§ Exercise brief:
Using the data below, output the first line and every line after it up to and including the line containing "#157=IFCINDEXEDPOLYGONALFACE((37,41,42,38));", exactly as written and with nothing added.

[Dataset entries]
=== Section Start ===
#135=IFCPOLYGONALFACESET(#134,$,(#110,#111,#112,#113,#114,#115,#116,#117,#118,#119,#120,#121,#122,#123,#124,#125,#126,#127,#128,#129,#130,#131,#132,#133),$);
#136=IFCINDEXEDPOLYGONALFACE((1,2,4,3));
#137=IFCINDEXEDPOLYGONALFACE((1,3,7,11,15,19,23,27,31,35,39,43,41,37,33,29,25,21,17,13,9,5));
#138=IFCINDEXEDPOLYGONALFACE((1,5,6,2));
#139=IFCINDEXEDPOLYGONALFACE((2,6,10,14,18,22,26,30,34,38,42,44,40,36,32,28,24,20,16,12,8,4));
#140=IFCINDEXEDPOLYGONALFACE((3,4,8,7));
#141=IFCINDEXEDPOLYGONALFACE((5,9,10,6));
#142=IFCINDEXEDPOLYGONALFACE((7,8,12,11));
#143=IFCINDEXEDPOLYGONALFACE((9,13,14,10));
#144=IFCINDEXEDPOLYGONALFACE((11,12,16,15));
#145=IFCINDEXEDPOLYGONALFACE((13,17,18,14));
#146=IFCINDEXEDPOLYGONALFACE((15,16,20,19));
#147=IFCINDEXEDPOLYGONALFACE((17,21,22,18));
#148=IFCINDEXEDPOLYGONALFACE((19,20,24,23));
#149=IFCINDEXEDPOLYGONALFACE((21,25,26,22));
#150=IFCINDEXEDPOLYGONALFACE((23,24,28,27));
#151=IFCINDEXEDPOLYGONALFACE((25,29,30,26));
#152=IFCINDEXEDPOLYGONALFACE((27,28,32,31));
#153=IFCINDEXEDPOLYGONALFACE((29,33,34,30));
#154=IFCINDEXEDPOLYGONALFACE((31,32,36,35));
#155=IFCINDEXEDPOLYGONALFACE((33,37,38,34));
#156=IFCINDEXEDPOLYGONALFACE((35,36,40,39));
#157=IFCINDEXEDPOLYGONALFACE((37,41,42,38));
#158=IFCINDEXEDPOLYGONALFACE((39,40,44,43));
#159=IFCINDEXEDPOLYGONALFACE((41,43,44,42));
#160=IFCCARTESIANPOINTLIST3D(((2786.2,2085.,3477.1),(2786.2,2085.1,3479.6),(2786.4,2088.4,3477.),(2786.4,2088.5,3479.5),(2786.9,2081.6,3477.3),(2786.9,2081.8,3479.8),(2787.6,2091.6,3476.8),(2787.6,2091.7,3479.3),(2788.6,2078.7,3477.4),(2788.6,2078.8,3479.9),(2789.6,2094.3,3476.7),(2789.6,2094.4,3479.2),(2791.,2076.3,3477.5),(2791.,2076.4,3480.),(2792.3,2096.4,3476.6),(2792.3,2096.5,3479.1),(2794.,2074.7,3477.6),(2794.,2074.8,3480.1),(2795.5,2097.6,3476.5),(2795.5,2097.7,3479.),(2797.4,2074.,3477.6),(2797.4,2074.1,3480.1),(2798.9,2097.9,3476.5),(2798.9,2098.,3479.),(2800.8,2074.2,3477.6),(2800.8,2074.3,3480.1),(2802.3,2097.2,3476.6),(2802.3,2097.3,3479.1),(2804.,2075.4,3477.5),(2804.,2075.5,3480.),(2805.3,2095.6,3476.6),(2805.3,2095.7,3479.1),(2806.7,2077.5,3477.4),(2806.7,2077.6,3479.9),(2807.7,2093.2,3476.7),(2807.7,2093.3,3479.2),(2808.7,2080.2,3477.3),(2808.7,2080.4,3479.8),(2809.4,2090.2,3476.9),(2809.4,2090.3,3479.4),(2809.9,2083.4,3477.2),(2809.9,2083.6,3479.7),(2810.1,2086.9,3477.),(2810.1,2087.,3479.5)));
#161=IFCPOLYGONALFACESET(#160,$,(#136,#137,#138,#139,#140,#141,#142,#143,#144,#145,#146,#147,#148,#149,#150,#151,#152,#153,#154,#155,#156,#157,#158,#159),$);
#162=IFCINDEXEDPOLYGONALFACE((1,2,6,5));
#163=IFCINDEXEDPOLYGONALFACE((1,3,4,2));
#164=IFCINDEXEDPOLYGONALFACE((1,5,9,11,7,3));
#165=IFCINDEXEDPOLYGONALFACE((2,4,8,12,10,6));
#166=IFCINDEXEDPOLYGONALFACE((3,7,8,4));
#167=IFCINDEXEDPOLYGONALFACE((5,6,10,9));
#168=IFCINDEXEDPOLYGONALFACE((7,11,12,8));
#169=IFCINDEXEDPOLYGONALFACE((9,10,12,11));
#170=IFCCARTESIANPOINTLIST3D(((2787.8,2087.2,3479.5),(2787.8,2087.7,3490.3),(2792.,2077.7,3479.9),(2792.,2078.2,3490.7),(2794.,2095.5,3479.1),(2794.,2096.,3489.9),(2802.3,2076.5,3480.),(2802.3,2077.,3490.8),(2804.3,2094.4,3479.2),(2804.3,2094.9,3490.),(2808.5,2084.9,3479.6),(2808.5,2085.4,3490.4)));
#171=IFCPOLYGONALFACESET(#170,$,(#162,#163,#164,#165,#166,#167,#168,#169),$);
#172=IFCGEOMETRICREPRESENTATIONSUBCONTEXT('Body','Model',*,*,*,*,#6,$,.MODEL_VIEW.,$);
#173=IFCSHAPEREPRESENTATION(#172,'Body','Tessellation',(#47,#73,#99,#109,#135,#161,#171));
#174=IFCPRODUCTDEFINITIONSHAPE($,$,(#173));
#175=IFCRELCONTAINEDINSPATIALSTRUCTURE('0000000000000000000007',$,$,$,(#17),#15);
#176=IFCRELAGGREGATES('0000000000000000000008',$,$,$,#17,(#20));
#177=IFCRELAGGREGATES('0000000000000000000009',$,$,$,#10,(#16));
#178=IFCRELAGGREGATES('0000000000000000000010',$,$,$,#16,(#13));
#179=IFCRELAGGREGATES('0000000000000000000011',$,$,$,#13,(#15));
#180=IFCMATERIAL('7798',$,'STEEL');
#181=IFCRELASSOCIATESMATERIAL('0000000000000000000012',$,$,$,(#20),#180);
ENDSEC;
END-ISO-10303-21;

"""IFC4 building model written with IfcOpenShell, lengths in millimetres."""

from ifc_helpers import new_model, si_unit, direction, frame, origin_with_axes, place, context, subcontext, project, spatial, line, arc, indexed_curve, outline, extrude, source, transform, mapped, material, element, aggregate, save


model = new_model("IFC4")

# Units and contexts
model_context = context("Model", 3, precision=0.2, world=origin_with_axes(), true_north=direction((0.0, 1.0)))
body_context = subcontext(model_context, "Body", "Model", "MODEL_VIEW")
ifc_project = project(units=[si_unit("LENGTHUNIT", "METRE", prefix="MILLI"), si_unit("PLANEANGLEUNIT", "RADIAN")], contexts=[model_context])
=== Section End ===
§ Task solution:
#135=IFCPOLYGONALFACESET(#134,$,(#110,#111,#112,#113,#114,#115,#116,#117,#118,#119,#120,#121,#122,#123,#124,#125,#126,#127,#128,#129,#130,#131,#132,#133),$);
#136=IFCINDEXEDPOLYGONALFACE((1,2,4,3));
#137=IFCINDEXEDPOLYGONALFACE((1,3,7,11,15,19,23,27,31,35,39,43,41,37,33,29,25,21,17,13,9,5));
#138=IFCINDEXEDPOLYGONALFACE((1,5,6,2));
#139=IFCINDEXEDPOLYGONALFACE((2,6,10,14,18,22,26,30,34,38,42,44,40,36,32,28,24,20,16,12,8,4));
#140=IFCINDEXEDPOLYGONALFACE((3,4,8,7));
#141=IFCINDEXEDPOLYGONALFACE((5,9,10,6));
#142=IFCINDEXEDPOLYGONALFACE((7,8,12,11));
#143=IFCINDEXEDPOLYGONALFACE((9,13,14,10));
#144=IFCINDEXEDPOLYGONALFACE((11,12,16,15));
#145=IFCINDEXEDPOLYGONALFACE((13,17,18,14));
#146=IFCINDEXEDPOLYGONALFACE((15,16,20,19));
#147=IFCINDEXEDPOLYGONALFACE((17,21,22,18));
#148=IFCINDEXEDPOLYGONALFACE((19,20,24,23));
#149=IFCINDEXEDPOLYGONALFACE((21,25,26,22));
#150=IFCINDEXEDPOLYGONALFACE((23,24,28,27));
#151=IFCINDEXEDPOLYGONALFACE((25,29,30,26));
#152=IFCINDEXEDPOLYGONALFACE((27,28,32,31));
#153=IFCINDEXEDPOLYGONALFACE((29,33,34,30));
#154=IFCINDEXEDPOLYGONALFACE((31,32,36,35));
#155=IFCINDEXEDPOLYGONALFACE((33,37,38,34));
#156=IFCINDEXEDPOLYGONALFACE((35,36,40,39));
#157=IFCINDEXEDPOLYGONALFACE((37,41,42,38));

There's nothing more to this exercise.